March 11, 2022 12:48
The presidential election on Wednesday was a heavy blow to the ruling Minjoo Party but no great triumph for the opposition camp, whose candidate Yoon Suk-yeol of the People Power Party was elected by a wafer-thin majority.
Initial analysis suggests that the swing was mostly due to young voters and supporters in the southwest and Seoul. Yoon won by a just 0.72 percentage points, showing liberals and conservatives almost equally balanced between their lackluster candidates.
But the ruling party dramatically lost the fulsome support that led to its super-majority in the last general election. Voters in their 20s and 30s were considered swing voters during the entire campaign. They tended eventually to rally around the progressives in previous elections, but various surveys during the latest campaign showed them split between Yoon and his rival Lee Jae-myung.

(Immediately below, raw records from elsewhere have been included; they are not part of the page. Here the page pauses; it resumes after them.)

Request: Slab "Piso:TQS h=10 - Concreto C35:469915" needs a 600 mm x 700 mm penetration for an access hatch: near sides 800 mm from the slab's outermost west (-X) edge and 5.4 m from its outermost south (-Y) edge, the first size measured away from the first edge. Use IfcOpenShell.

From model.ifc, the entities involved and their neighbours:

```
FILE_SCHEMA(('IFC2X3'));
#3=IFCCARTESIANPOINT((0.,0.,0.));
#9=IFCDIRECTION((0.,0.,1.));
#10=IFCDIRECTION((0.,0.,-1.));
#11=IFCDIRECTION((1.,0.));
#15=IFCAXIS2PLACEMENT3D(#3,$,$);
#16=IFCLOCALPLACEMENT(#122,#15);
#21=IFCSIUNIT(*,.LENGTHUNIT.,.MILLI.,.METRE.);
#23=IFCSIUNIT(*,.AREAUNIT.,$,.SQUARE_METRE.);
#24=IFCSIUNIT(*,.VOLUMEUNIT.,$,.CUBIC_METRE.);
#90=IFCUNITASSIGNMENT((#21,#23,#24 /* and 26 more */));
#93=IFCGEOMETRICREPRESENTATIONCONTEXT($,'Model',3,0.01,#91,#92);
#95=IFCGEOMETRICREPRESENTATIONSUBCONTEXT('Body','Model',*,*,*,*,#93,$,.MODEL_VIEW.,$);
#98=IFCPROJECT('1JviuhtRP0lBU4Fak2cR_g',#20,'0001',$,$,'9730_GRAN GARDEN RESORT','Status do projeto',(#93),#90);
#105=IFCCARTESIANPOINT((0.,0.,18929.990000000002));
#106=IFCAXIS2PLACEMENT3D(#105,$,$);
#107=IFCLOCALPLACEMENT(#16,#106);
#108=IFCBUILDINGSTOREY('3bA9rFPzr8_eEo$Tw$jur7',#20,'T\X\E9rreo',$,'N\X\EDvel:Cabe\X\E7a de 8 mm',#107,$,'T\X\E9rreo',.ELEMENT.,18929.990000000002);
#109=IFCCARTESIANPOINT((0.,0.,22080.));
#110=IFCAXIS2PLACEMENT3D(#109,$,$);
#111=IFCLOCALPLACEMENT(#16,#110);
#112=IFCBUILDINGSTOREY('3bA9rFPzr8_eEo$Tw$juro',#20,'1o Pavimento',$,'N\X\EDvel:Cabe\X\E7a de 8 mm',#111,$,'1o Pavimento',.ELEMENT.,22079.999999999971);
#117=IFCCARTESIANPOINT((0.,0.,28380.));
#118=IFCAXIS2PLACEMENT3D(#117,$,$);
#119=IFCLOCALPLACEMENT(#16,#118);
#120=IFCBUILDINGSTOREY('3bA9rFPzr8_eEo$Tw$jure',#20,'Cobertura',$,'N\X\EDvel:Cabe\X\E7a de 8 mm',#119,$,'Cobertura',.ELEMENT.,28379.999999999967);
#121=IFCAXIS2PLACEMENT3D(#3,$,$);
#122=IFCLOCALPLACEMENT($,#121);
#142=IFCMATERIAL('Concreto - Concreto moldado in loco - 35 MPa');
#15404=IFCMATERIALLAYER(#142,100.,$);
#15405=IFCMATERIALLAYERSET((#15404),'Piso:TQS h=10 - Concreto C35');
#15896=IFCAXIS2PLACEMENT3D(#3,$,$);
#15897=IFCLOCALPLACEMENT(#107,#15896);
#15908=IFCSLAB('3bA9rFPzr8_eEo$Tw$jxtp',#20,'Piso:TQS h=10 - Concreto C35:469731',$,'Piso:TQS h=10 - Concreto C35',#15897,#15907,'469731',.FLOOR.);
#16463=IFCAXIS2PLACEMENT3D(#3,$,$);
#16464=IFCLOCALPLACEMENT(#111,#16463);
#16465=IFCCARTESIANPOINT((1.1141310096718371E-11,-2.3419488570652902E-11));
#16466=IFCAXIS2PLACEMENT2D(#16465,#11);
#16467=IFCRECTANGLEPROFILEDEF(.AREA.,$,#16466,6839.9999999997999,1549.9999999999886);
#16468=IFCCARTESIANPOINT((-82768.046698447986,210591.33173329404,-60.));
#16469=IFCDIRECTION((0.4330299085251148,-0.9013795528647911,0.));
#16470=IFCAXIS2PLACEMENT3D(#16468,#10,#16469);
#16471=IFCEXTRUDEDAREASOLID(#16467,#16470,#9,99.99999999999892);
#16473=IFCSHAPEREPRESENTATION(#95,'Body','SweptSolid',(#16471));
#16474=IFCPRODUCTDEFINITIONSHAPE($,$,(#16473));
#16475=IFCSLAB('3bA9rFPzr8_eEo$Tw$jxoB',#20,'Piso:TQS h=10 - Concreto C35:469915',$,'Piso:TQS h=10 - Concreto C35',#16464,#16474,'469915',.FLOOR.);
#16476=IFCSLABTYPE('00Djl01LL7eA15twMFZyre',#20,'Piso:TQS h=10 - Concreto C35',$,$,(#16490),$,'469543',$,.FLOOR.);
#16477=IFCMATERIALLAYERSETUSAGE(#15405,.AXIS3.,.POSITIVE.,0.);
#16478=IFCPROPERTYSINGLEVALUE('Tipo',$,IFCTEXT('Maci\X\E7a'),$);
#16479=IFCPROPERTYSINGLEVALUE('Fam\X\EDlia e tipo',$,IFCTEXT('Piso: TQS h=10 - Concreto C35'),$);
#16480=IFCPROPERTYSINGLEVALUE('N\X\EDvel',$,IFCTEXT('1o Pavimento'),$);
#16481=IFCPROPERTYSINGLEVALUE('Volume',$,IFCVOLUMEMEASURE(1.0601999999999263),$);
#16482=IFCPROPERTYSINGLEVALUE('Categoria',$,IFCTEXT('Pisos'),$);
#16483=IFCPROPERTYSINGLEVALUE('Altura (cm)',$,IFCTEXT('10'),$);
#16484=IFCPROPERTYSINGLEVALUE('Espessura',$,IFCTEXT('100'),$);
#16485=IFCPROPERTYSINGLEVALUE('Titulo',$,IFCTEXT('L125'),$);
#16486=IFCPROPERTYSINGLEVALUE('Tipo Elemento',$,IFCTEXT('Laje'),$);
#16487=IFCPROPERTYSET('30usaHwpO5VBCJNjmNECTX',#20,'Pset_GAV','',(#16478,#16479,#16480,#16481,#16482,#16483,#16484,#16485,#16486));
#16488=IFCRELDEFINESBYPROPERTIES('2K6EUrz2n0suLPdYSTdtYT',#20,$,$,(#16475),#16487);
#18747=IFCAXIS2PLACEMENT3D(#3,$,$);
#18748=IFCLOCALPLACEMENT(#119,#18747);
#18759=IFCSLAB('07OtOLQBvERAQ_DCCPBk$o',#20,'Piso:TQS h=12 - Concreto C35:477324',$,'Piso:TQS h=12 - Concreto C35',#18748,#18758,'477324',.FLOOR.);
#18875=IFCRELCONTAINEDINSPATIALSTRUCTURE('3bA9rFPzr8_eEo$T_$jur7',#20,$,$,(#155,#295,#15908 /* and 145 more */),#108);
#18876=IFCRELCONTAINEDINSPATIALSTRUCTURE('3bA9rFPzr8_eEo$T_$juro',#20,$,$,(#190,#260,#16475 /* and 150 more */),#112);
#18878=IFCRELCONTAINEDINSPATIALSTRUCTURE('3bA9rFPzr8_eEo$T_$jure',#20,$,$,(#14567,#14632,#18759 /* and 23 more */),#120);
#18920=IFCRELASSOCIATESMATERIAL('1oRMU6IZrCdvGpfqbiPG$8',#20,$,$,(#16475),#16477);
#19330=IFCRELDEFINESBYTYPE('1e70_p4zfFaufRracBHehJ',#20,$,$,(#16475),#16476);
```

```python
import numpy as np
import ifcopenshell
import ifcopenshell.api.feature
import ifcopenshell.api.geometry
import ifcopenshell.api.pset
import ifcopenshell.api.root
import ifcopenshell.geom
import ifcopenshell.util.element
import ifcopenshell.util.placement
import ifcopenshell.util.representation
import ifcopenshell.util.shape
import ifcopenshell.util.unit

model = ifcopenshell.open("model.ifc")
unit_scale = ifcopenshell.util.unit.calculate_unit_scale(model)
volume_scale = ifcopenshell.util.unit.calculate_unit_scale(model, "VOLUMEUNIT")
settings = ifcopenshell.geom.settings()


def volume(element):
    """Net volume in cubic metres, openings subtracted."""
    shape = ifcopenshell.geom.create_shape(settings, element)
    return ifcopenshell.util.shape.get_volume(shape.geometry)


slab = model.by_guid("3bA9rFPzr8_eEo$Tw$jxoB")
before = volume(slab)

# Extent in the slab's own axes, in metres. The edges named are its -X and -Y sides.
slab_shape = ifcopenshell.geom.create_shape(settings, slab)
vertices = ifcopenshell.util.shape.get_vertices(slab_shape.geometry)
x_min, y_min, bottom = vertices.min(axis=0)
top = vertices[:, 2].max()

opening = ifcopenshell.api.root.create_entity(model, ifc_class="IfcOpeningElement", name="Access hatch opening")
context = ifcopenshell.util.representation.get_context(model, "Model", "Body", "MODEL_VIEW")
width, depth = 0.6, 0.7
outline = [(0.0, 0.0), (width, 0.0), (width, depth), (0.0, depth), (0.0, 0.0)]
# Overshoot both faces by 50 mm so the cut is clean.
shape = ifcopenshell.api.geometry.add_slab_representation(
    model, context=context, depth=top - bottom + 0.1, polyline=outline
)
ifcopenshell.api.geometry.assign_representation(model, product=opening, representation=shape)

matrix = ifcopenshell.util.placement.get_local_placement(slab.ObjectPlacement)
matrix[:, 3] = matrix @ np.append(np.array([x_min + 0.8, y_min + 5.4, bottom - 0.05]) / unit_scale, 1.0)
ifcopenshell.api.geometry.edit_object_placement(model, product=opening, matrix=matrix, is_si=False)
ifcopenshell.api.feature.add_feature(model, feature=opening, element=slab)

after = volume(slab)

# Update the slab's stored quantities.
pset = model.by_id(ifcopenshell.util.element.get_pset(slab, "Pset_GAV", should_inherit=False)["id"])
ifcopenshell.api.pset.edit_pset(model, pset=pset, properties={
    "Volume": model.create_entity("IfcVolumeMeasure", after / volume_scale),
})

print(f"slab volume {before:.3f} -> {after:.3f} m3")

model.write("model_rev.ifc")
```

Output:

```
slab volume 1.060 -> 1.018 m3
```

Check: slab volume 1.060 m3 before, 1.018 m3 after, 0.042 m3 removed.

Exit polls of the three major broadcasters still showed the outcome pretty much as it transpired, with Yoon getting 45.5 percent support among voters in their 20s and 48.1 percent among those in their 30s, while Lee garnered 47.8 percent and 46.3 percent.

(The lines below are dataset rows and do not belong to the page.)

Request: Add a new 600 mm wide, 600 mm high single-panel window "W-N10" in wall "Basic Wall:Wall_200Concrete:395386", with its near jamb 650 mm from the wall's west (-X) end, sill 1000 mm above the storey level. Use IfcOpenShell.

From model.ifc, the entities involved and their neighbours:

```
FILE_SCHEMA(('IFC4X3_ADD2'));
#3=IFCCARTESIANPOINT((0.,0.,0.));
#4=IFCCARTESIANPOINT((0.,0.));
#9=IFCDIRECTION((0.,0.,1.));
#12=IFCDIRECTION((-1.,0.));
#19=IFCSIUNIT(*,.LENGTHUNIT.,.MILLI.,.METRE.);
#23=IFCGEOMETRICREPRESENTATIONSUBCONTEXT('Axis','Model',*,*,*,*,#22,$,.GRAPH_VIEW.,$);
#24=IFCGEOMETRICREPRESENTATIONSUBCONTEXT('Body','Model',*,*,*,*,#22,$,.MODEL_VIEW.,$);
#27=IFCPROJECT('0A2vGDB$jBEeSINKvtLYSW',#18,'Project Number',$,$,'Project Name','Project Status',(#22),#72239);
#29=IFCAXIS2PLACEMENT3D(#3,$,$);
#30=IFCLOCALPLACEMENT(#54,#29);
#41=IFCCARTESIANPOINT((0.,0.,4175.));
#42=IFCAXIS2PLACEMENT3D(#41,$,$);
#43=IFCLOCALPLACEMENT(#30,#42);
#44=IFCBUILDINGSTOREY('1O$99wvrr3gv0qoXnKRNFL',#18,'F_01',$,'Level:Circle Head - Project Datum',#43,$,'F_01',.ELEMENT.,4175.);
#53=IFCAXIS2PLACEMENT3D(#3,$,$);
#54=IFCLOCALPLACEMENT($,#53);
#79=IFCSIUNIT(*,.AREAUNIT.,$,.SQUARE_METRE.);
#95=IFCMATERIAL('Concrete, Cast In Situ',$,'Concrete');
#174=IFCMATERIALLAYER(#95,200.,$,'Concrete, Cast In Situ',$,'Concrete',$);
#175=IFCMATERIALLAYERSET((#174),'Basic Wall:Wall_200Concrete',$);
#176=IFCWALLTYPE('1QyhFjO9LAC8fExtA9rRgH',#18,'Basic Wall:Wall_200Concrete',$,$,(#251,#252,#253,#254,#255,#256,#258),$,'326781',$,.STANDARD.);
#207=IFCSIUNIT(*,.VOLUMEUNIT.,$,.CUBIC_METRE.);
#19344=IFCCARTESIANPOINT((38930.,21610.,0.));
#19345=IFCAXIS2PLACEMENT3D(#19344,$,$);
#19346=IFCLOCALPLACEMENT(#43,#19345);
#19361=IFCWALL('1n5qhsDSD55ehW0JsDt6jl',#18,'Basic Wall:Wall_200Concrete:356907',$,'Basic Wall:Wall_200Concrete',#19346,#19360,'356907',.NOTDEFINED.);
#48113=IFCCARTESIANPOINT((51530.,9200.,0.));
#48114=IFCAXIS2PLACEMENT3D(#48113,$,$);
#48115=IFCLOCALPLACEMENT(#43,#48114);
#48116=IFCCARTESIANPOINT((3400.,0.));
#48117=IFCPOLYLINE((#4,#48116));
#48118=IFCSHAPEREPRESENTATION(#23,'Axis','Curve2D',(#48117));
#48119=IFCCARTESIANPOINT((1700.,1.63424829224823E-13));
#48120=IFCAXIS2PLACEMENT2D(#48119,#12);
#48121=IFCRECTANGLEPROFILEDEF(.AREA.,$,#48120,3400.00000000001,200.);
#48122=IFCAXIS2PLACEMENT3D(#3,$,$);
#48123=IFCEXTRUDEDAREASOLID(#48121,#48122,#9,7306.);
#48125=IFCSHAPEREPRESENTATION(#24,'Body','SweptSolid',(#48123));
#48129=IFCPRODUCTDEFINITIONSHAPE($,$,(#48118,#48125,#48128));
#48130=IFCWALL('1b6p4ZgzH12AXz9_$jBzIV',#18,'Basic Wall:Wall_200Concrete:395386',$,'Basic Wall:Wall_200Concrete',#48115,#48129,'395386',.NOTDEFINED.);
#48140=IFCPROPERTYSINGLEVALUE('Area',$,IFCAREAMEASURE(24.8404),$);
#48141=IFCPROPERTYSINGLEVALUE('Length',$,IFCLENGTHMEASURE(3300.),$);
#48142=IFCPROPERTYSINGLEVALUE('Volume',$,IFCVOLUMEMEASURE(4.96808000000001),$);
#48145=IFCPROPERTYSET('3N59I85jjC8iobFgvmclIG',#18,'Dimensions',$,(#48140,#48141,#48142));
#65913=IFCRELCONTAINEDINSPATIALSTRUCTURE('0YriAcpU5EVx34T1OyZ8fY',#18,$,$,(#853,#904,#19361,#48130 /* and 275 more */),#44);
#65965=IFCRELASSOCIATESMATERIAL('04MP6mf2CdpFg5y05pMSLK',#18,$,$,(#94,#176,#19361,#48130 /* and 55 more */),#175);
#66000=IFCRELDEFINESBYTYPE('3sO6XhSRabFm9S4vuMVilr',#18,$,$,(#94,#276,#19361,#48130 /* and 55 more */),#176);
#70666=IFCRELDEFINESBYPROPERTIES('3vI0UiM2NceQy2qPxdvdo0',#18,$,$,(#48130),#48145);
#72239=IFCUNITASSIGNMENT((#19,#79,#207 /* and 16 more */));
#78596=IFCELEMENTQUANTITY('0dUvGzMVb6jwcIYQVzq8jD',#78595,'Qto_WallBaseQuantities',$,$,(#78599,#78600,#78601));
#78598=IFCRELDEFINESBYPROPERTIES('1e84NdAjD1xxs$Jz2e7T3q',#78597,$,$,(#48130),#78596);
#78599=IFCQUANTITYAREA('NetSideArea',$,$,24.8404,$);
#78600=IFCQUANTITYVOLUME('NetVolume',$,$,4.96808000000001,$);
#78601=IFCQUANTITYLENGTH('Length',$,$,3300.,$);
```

```python
import numpy as np
import ifcopenshell
import ifcopenshell.api.feature
import ifcopenshell.api.geometry
import ifcopenshell.api.pset
import ifcopenshell.api.root
import ifcopenshell.api.spatial
import ifcopenshell.geom
import ifcopenshell.util.element
import ifcopenshell.util.placement
import ifcopenshell.util.representation
import ifcopenshell.util.shape
import ifcopenshell.util.unit

model = ifcopenshell.open("model.ifc")
unit_scale = ifcopenshell.util.unit.calculate_unit_scale(model)
area_scale = ifcopenshell.util.unit.calculate_unit_scale(model, "AREAUNIT")
volume_scale = ifcopenshell.util.unit.calculate_unit_scale(model, "VOLUMEUNIT")
settings = ifcopenshell.geom.settings()


def volume(element):
    """Net volume in cubic metres, openings subtracted."""
    shape = ifcopenshell.geom.create_shape(settings, element)
    return ifcopenshell.util.shape.get_volume(shape.geometry)


wall = model.by_id(48130)
storey = ifcopenshell.util.element.get_container(wall, ifc_class="IfcBuildingStorey")
context = ifcopenshell.util.representation.get_context(model, "Model", "Body", "MODEL_VIEW")
before = volume(wall)

width, height, from_end, sill = 0.6, 0.6, 0.65, 1  # metres

# The wall runs along its own X axis, and the end named is its -X end.
wall_shape = ifcopenshell.geom.create_shape(settings, wall)
x, y, z = ifcopenshell.util.shape.get_vertices(wall_shape.geometry).T
start = x.min() + from_end
face, thickness = float(y.min()), float(y.max() - y.min())
wall_matrix = ifcopenshell.util.placement.get_local_placement(wall.ObjectPlacement)
level = ifcopenshell.util.placement.get_local_placement(storey.ObjectPlacement)[2, 3]


def in_wall(x, y):
    """Placement at x, y metres in the wall's axes, at sill height."""
    matrix = wall_matrix.copy()
    matrix[:, 3] = wall_matrix @ np.array([x / unit_scale, y / unit_scale, 0.0, 1.0])
    matrix[2, 3] = level + sill / unit_scale
    return matrix


# Opening: a box that overshoots both wall faces by 50 mm.
opening = ifcopenshell.api.root.create_entity(model, ifc_class="IfcOpeningElement", predefined_type="OPENING")
box = ifcopenshell.api.geometry.add_wall_representation(
    model, context=context, length=width, height=height, thickness=thickness + 0.1
)
ifcopenshell.api.geometry.assign_representation(model, product=opening, representation=box)
ifcopenshell.api.geometry.edit_object_placement(model, product=opening, matrix=in_wall(start, face - 0.05), is_si=False)
ifcopenshell.api.feature.add_feature(model, feature=opening, element=wall)

window = ifcopenshell.api.root.create_entity(model, ifc_class="IfcWindow", name="W-N10", predefined_type="WINDOW")
window.OverallWidth, window.OverallHeight = width / unit_scale, height / unit_scale
window.PartitioningType = "SINGLE_PANEL"
body = ifcopenshell.api.geometry.add_window_representation(
    model,
    context=context,
    overall_width=window.OverallWidth,
    overall_height=window.OverallHeight,
    partition_type="SINGLE_PANEL",
)
ifcopenshell.api.geometry.assign_representation(model, product=window, representation=body)
ifcopenshell.api.spatial.assign_container(model, products=[window], relating_structure=storey)
ifcopenshell.api.feature.add_filling(model, opening=opening, element=window)

# Centre the window in the wall's thickness.
ifcopenshell.api.geometry.edit_object_placement(model, product=window, matrix=in_wall(start, face), is_si=False)
window_shape = ifcopenshell.geom.create_shape(settings, window)
depth = ifcopenshell.util.shape.get_vertices(window_shape.geometry)[:, 1]
offset = face + thickness / 2 - (depth.min() + depth.max()) / 2
ifcopenshell.api.geometry.edit_object_placement(model, product=window, matrix=in_wall(start, offset), is_si=False)

after = volume(wall)

# Update the wall's stored quantities.
pset = model.by_id(ifcopenshell.util.element.get_pset(wall, "Dimensions", should_inherit=False)["id"])
ifcopenshell.api.pset.edit_pset(model, pset=pset, properties={
    "Area": model.create_entity("IfcAreaMeasure", after / thickness / area_scale),
    "Volume": model.create_entity("IfcVolumeMeasure", after / volume_scale),
})
qto = model.by_id(ifcopenshell.util.element.get_pset(wall, "Qto_WallBaseQuantities", should_inherit=False)["id"])
ifcopenshell.api.pset.edit_qto(model, qto=qto, properties={
    "NetSideArea": after / thickness / area_scale,
    "NetVolume": after / volume_scale,
})

print(f"wall volume {before:.3f} -> {after:.3f} m3")

model.write("model-out.ifc")
```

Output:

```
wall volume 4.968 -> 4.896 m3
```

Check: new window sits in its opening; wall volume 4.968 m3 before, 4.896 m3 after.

A closer look shows that men in that age group tended to rally behind Yoon and women behind Lee.
Seoul was a weak front for the conservative party, which lost six out of seven presidential elections there since Korea began direct elections to choose a leader in 1987. But Yoon surprisingly won 50.6 percent of the capital, beating Lee by a comfortable 4.8 percentage points. He was ahead of Lee in 14 out of 25 districts including the affluent Gangnam area that has been a traditional stronghold of the conservatives.
In contrast, President Moon Jae-in won all districts of Seoul in the 2017 presidential election, while arch-conservative Park Geun-hye beat her rival in only five districts in 2012.

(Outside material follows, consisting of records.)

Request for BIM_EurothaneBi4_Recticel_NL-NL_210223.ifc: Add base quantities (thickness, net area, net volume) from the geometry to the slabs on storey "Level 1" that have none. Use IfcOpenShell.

First a look at what the model holds.

```python
import ifcopenshell
import ifcopenshell.util.element
import ifcopenshell.util.unit

model = ifcopenshell.open("BIM_EurothaneBi4_Recticel_NL-NL_210223.ifc")
print(model.schema)
for unit_type in ("LENGTHUNIT", "AREAUNIT", "VOLUMEUNIT"):
    print(unit_type, ifcopenshell.util.unit.calculate_unit_scale(model, unit_type))
storey = next(s for s in model.by_type("IfcBuildingStorey") if s.Name == "Level 1")
slabs = [e for e in ifcopenshell.util.element.get_decomposition(storey) if e.is_a("IfcSlab")]
for e in sorted(slabs, key=lambda e: e.id()):
    print(e.id(), e.is_a(), e.Name, list(ifcopenshell.util.element.get_psets(e, qtos_only=True)), sep=" | ")
```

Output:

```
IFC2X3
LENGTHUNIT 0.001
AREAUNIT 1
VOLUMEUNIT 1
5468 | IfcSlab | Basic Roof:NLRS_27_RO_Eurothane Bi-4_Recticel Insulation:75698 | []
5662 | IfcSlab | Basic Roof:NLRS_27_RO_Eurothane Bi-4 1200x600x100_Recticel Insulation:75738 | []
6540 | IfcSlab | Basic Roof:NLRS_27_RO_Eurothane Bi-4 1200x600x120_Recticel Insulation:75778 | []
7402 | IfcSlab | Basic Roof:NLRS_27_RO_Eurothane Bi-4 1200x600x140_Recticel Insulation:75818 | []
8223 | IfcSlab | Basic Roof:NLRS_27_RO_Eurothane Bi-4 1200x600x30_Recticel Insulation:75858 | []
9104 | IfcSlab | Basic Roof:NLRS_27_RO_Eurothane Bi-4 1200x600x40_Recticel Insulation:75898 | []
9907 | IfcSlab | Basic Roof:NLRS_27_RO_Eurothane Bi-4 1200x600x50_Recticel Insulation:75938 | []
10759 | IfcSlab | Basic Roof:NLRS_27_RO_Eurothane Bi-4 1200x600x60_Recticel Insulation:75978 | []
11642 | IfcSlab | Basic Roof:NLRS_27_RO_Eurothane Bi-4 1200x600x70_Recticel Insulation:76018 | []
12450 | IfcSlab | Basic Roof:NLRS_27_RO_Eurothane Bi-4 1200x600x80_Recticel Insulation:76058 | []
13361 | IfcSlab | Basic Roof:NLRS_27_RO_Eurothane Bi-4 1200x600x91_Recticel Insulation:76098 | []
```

```python
import ifcopenshell
import ifcopenshell.api.pset
import ifcopenshell.geom
import ifcopenshell.util.element
import ifcopenshell.util.shape
import ifcopenshell.util.unit

model = ifcopenshell.open("BIM_EurothaneBi4_Recticel_NL-NL_210223.ifc")
unit_scale = ifcopenshell.util.unit.calculate_unit_scale(model)
area_scale = ifcopenshell.util.unit.calculate_unit_scale(model, "AREAUNIT")
volume_scale = ifcopenshell.util.unit.calculate_unit_scale(model, "VOLUMEUNIT")
settings = ifcopenshell.geom.settings()

storey = next(s for s in model.by_type("IfcBuildingStorey") if s.Name == "Level 1")
slabs = [e for e in ifcopenshell.util.element.get_decomposition(storey) if e.is_a("IfcSlab")]

for e in sorted(slabs, key=lambda e: e.id()):
    if ifcopenshell.util.element.get_psets(e, qtos_only=True, should_inherit=False):
        continue
    # Geometry comes back in metres, in the element's own axes.
    shape = ifcopenshell.geom.create_shape(settings, e)
    values = {
        "Width": ifcopenshell.util.shape.get_z(shape.geometry) / unit_scale,
        "NetArea": ifcopenshell.util.shape.get_footprint_area(shape.geometry) / area_scale,
        "NetVolume": ifcopenshell.util.shape.get_volume(shape.geometry) / volume_scale,
    }
    qto = ifcopenshell.api.pset.add_qto(model, product=e, name="BaseQuantities")
    ifcopenshell.api.pset.edit_qto(model, qto=qto, properties=values)
    print(e.id(), {k: round(v, 3) for k, v in values.items()})

model.write("BIM_EurothaneBi4_Recticel_NL-NL_210223-out.ifc")
```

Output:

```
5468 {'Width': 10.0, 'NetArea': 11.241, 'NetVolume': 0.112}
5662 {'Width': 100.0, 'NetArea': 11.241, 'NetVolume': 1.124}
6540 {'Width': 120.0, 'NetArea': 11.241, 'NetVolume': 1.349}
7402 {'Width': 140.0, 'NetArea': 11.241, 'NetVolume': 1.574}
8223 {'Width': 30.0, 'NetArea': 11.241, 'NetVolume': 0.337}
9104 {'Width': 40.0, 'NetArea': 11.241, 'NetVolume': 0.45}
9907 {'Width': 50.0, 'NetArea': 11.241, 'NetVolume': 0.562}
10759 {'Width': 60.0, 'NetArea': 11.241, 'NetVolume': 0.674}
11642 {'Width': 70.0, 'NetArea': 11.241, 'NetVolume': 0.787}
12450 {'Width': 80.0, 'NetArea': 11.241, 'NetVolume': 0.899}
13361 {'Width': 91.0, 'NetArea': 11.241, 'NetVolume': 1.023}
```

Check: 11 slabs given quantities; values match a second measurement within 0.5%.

The change in voter sentiment was hugely affected by the Moon administration's failed real estate policies. Yoon beat Lee in Dongdaemun, Dongjak, Gwangjin, Mapo, Seongdong, Yangcheon, Yeongdeungpo, Yongsan as well as Gangnam, which were significantly affected by surging real estate prices and the government's punitive taxes on multiple-home owners.
A majority of voters in their 20s and 30s in the capital, for whom Moon made it nearly impossible to own an apartment in Seoul, shifted their support in favor of the PPP.
But Yoon only won 12.7 percent of the votes in Gwangju, 11.4 percent in South Jeolla Province and 14.4 percent in North Jeolla Province, which are traditional strongholds of the liberals, where Lee won 84.8 percent, 86.1 percent and 83 percent. But Yoon’s combined 12.8 percent in the southwestern region, though pathetic on the surface, was still the best result for a conservative ever and 2.3 percentage points higher than Park's in 2012.
Bae Jong-chan at online news outlet Insight K said, "In previous elections, voters in southwestern Korea overwhelmingly supported the liberal party, but this preference is slowly changing."